Seasoning Cast Iron

Everyone knows that the cast iron skillet is the quintessential tried-and-true original non-stick pan.  What most people might not know are the little tips and tricks needed to keep that iron performing at its best.
The most essential feature of any cast iron tool is its seasoning.  Seasoning essentially refers to the of layers of fat bonded to the iron, which creates its unique cooking surface.  Achieving a good seasoning is easily done through a slow heating and cooling process with a fat product.  When the iron heats, its pores open to capture the fats.  The pores then close as the iron cools, sealing in the fats, which creates the aforementioned surface.

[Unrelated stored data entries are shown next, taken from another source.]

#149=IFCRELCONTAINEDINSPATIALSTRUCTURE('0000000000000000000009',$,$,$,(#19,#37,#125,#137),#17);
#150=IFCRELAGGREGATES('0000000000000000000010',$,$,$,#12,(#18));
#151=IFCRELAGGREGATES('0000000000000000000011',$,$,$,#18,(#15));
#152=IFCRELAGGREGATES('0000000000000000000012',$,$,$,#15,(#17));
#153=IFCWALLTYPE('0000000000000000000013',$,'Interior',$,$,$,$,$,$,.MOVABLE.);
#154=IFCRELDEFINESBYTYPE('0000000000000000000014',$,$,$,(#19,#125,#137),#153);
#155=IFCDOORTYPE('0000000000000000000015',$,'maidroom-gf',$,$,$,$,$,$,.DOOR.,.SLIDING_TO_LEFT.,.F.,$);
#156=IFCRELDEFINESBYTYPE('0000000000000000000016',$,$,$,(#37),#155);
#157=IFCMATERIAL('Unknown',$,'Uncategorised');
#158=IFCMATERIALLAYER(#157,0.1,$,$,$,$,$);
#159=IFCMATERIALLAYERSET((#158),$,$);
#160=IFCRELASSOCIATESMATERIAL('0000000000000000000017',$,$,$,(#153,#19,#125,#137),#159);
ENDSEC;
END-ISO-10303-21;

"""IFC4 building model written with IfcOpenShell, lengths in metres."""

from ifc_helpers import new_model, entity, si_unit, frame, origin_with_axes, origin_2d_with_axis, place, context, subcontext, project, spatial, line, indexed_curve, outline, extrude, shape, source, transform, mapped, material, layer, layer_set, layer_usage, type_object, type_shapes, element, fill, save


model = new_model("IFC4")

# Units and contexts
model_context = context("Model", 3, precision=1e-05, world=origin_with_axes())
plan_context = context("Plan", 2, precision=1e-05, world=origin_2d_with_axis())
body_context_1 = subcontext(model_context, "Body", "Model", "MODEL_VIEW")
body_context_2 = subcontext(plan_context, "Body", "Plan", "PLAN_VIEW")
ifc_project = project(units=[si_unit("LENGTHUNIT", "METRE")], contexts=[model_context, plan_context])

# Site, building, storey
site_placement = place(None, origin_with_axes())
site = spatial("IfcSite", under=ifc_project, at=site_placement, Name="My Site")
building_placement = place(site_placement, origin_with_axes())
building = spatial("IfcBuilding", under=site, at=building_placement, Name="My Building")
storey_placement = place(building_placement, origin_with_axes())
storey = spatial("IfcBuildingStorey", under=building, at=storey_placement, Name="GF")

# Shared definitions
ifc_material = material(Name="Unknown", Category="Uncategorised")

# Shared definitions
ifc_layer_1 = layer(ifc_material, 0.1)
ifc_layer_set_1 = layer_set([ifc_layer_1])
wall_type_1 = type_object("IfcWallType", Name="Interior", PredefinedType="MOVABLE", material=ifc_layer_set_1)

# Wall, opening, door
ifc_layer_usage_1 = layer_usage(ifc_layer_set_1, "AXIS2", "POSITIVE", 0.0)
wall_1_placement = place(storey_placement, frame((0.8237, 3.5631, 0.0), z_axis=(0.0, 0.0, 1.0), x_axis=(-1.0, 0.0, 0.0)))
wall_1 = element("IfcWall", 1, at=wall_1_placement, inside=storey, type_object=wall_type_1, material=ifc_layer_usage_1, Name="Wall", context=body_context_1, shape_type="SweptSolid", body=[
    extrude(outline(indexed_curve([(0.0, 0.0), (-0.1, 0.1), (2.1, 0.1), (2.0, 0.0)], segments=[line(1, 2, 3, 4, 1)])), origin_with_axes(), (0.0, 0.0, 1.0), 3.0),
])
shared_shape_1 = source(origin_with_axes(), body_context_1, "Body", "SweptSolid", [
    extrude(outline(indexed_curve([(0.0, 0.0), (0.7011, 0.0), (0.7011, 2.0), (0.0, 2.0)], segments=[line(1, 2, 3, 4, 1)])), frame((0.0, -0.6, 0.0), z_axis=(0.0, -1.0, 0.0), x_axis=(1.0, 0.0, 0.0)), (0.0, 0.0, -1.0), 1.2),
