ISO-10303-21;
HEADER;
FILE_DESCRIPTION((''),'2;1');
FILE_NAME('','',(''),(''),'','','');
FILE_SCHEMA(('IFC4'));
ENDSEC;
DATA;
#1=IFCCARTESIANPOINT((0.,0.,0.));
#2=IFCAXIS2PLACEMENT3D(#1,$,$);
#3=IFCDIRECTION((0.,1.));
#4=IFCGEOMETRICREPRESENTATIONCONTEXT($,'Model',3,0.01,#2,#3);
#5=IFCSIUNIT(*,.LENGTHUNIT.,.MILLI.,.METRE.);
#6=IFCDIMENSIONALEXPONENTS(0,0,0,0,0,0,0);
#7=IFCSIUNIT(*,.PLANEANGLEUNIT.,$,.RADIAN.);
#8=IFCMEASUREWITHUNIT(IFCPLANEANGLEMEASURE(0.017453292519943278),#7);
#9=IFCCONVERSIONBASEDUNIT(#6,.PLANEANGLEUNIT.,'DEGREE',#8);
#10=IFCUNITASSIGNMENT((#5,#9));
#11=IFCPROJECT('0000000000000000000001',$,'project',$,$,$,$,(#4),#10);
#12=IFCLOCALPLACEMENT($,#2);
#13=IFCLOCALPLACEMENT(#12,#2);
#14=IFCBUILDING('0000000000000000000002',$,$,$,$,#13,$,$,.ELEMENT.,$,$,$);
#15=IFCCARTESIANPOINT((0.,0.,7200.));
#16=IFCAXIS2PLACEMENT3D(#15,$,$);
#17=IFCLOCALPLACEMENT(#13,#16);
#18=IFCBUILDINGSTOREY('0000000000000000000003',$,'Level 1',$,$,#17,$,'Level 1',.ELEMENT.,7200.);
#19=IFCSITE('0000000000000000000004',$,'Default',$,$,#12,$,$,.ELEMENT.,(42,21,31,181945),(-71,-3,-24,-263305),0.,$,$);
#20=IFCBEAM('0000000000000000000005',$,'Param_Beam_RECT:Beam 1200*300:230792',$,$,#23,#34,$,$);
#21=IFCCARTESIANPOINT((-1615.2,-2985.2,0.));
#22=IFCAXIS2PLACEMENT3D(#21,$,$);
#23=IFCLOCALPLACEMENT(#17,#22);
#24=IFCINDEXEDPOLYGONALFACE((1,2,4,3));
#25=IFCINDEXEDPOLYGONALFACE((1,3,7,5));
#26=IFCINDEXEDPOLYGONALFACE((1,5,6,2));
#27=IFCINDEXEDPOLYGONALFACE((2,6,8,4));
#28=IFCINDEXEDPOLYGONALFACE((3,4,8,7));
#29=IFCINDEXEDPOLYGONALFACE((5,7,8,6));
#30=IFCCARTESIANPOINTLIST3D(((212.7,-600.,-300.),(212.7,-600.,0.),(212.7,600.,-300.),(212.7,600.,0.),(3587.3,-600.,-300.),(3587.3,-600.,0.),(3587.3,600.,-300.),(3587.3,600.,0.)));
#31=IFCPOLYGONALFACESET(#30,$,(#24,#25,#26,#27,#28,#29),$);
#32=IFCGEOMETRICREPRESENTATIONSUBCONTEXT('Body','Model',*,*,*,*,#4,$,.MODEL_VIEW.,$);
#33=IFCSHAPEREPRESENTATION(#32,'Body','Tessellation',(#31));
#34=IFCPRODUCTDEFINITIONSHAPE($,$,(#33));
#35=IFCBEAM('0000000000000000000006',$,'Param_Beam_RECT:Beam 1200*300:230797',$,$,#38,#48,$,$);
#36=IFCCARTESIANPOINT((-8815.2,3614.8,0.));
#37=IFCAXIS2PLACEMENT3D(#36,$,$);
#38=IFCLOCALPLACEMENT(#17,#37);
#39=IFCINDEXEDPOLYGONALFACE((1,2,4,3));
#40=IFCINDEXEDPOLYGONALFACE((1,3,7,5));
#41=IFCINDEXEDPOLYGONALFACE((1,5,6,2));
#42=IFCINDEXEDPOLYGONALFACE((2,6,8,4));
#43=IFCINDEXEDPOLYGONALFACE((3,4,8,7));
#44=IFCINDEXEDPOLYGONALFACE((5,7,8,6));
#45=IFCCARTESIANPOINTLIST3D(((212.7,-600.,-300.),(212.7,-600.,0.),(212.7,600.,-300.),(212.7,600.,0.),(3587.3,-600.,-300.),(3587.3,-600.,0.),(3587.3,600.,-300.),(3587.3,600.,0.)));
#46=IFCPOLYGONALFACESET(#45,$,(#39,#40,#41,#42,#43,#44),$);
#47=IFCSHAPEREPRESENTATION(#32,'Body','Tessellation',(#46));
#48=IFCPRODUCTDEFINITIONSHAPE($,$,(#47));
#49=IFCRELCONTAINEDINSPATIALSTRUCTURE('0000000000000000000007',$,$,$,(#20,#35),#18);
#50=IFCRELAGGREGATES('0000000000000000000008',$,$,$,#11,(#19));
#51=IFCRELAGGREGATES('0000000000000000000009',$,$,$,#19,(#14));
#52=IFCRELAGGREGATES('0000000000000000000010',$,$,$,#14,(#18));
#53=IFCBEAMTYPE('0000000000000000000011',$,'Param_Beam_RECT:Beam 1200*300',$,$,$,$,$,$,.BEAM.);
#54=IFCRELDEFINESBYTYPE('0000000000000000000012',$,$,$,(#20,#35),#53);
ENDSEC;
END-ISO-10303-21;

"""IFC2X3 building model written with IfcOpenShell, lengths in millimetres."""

from ifc_helpers import new_model, entity, si_unit, converted_unit, direction, frame, frame_2d, origin, place, context, subcontext, project, spatial, rectangle, extrude, type_object, element, save


model = new_model("IFC2X3")

# Units and contexts
model_context = context("Model", 3, precision=0.01, world=origin(), true_north=direction((0.0, 1.0)))
body_context = subcontext(model_context, "Body", "Model", "MODEL_VIEW")
ifc_project = project(units=[si_unit("LENGTHUNIT", "METRE", prefix="MILLI"), converted_unit("PLANEANGLEUNIT", "DEGREE", entity("IfcPlaneAngleMeasure", 0.017453292519943278), si_unit("PLANEANGLEUNIT", "RADIAN"), dimensions=[0, 0, 0, 0, 0, 0, 0])], contexts=[model_context])

# Site, building, storey
site_placement = place(None, origin())
site = spatial("IfcSite", under=ifc_project, at=site_placement, Name="Default", CompositionType="ELEMENT", RefLatitude=(42, 21, 31, 181945), RefLongitude=(-71, -3, -24, -263305), RefElevation=0.0)
building_placement = place(site_placement, origin())
building = spatial("IfcBuilding", under=site, at=building_placement, CompositionType="ELEMENT")
storey_placement = place(building_placement, frame((0.0, 0.0, 7200.0)))
storey = spatial("IfcBuildingStorey", under=building, at=storey_placement, Name="Level 1", LongName="Level 1", CompositionType="ELEMENT", Elevation=7200.0)

# Beams
beam_type_1 = type_object("IfcBeamType", Name="Param_Beam_RECT:Beam 1200*300", PredefinedType="BEAM")
beam_1_placement = place(storey_placement, frame((-1615.2, -2985.2, 0.0)))
element("IfcBeam", 1, at=beam_1_placement, inside=storey, type_object=beam_type_1, Name="Param_Beam_RECT:Beam 1200*300:230792", context=body_context, shape_type="SweptSolid", body=[
    extrude(rectangle(XDim=300.0, YDim=1200.0, at=frame_2d((0.0, 0.0), x_axis=(1.0, 0.0))), frame((212.7, 0.0, -150.0), z_axis=(1.0, 0.0, 0.0), x_axis=(0.0, 0.0, -1.0)), (0.0, 0.0, 1.0), 3374.6),
])
beam_2_placement = place(storey_placement, frame((-8815.2, 3614.8, 0.0)))
element("IfcBeam", 2, at=beam_2_placement, inside=storey, type_object=beam_type_1, Name="Param_Beam_RECT:Beam 1200*300:230797", context=body_context, shape_type="SweptSolid", body=[
    extrude(rectangle(XDim=300.0, YDim=1200.0, at=frame_2d((0.0, 0.0), x_axis=(1.0, 0.0))), frame((212.7, 0.0, -150.0), z_axis=(1.0, 0.0, 0.0), x_axis=(0.0, 0.0, -1.0)), (0.0, 0.0, 1.0), 3374.6),
])

save(model, "model.ifc")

As far as the fats go, pretty much any type of fat or oil, except butter and olive oil (which will burn), can be used.  I prefer to use shortening.
Most cast iron products available nowadays are pre-seasoned, but I recommend seasoning them again before using.  In the event that you come across new, non-seasoned iron (like I did, which is silver, not black), thoroughly season it at least twice (or more!) before using. With continued use, the seasoning layer continues to be built, making the pan even smoother and easier to use.  With proper care, cast iron will long outlast any other utensil in your kitchen.

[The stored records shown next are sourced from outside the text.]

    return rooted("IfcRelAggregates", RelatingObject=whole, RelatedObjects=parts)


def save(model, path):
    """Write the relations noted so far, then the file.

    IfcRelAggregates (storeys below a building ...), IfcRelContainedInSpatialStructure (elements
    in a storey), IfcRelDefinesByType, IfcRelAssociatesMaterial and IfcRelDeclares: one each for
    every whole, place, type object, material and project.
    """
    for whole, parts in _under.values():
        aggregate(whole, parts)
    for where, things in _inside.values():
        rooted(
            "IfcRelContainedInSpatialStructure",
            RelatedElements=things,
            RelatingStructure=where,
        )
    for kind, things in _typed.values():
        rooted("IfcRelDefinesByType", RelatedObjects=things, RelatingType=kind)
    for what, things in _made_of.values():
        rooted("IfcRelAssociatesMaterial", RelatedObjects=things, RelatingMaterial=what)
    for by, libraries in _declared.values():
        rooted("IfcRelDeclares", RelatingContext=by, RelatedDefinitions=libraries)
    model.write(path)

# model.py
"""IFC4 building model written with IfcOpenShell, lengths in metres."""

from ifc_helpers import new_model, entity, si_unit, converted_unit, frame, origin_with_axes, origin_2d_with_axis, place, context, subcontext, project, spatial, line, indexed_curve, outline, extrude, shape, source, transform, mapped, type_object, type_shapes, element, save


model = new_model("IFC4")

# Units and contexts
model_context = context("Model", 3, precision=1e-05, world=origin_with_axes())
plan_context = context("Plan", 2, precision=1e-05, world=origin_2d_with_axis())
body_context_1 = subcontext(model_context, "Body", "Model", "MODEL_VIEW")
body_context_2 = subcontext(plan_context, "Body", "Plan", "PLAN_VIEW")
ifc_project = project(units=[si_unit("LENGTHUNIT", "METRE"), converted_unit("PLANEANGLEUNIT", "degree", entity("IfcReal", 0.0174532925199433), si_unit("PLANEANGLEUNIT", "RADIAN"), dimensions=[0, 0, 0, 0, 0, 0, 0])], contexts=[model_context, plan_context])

For those of you who already use cast iron, good for you!  Please remember to periodically re-season those pans.

Materials:
– cast iron pan
– shortening

1.  Preheat oven to 275F.  Thoroughly scrub out the entire cast iron pan with hot water.  DO NOT USE SOAP!!!
2.  Completely dry the pan, then rub a thin and even layer of shortening over then entire pan (inside and out).

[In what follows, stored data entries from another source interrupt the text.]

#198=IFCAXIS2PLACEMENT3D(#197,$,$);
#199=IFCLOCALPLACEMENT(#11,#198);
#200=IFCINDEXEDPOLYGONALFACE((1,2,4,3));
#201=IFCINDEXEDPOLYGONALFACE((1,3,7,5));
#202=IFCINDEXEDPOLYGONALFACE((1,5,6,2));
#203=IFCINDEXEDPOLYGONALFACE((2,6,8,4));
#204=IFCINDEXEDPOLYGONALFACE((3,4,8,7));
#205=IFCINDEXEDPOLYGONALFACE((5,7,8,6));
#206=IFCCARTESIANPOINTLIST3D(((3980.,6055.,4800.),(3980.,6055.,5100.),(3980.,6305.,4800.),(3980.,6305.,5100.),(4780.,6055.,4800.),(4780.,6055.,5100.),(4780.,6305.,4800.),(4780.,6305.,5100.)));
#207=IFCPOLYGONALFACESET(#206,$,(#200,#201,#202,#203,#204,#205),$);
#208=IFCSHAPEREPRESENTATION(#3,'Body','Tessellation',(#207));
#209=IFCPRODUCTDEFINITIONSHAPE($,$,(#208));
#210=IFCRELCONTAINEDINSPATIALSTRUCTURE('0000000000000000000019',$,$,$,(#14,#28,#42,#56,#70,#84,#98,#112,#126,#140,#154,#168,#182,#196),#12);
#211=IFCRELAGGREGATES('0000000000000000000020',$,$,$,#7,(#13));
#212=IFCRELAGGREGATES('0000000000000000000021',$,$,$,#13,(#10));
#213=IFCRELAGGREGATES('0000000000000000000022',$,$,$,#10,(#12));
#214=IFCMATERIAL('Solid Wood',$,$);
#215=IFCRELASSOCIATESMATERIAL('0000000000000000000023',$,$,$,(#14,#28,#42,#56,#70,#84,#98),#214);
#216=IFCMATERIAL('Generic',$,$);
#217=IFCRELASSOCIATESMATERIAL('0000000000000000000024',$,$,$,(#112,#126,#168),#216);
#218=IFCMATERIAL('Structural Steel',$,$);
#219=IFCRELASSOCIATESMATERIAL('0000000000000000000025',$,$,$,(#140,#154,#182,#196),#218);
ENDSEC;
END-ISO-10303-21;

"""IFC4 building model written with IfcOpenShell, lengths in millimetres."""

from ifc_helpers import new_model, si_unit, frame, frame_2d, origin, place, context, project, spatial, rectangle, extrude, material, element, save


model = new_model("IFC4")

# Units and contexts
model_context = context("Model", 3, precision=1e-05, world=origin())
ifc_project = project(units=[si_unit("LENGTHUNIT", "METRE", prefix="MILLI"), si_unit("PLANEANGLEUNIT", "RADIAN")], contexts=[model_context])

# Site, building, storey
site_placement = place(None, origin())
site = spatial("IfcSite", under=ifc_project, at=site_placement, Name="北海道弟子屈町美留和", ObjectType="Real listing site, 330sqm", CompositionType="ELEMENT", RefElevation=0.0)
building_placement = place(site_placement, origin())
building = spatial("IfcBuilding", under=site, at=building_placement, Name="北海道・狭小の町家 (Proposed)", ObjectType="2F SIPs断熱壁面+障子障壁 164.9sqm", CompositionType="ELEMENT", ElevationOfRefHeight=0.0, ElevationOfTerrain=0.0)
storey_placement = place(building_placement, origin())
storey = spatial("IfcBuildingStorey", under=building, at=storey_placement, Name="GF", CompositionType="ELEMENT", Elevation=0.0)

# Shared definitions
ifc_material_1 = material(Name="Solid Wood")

3.  Place pan upside-down in the pre-heated oven on the center rack.  Baking it upside-down allows any excess fat to drip out.  Place a baking sheet or aluminum foil at the bottom of the oven to catch any excess drippings.  Bake for 1 hour, then remove and allow to cool completely.
4.  Repeat steps 2 and 3 as necessary.
5.  Wasn’t that easy?  Now go cook!

*  When cooking with cast iron, remember: it gets HOT!  Handles are not insulated nor are they heat resistant.
*  After cooking, allow pan to cool before washing.  Cold water on a hot iron pan will crack it.
*  Clean by scrubbing with hot water, then placing pan over a low heat to dry, with a little rubbing of oil.  Water left on the pan will cause the iron to rust.
*  DO NOT use soap – it will strip away the seasoning.  Only use soap if you plan on re-seasoning.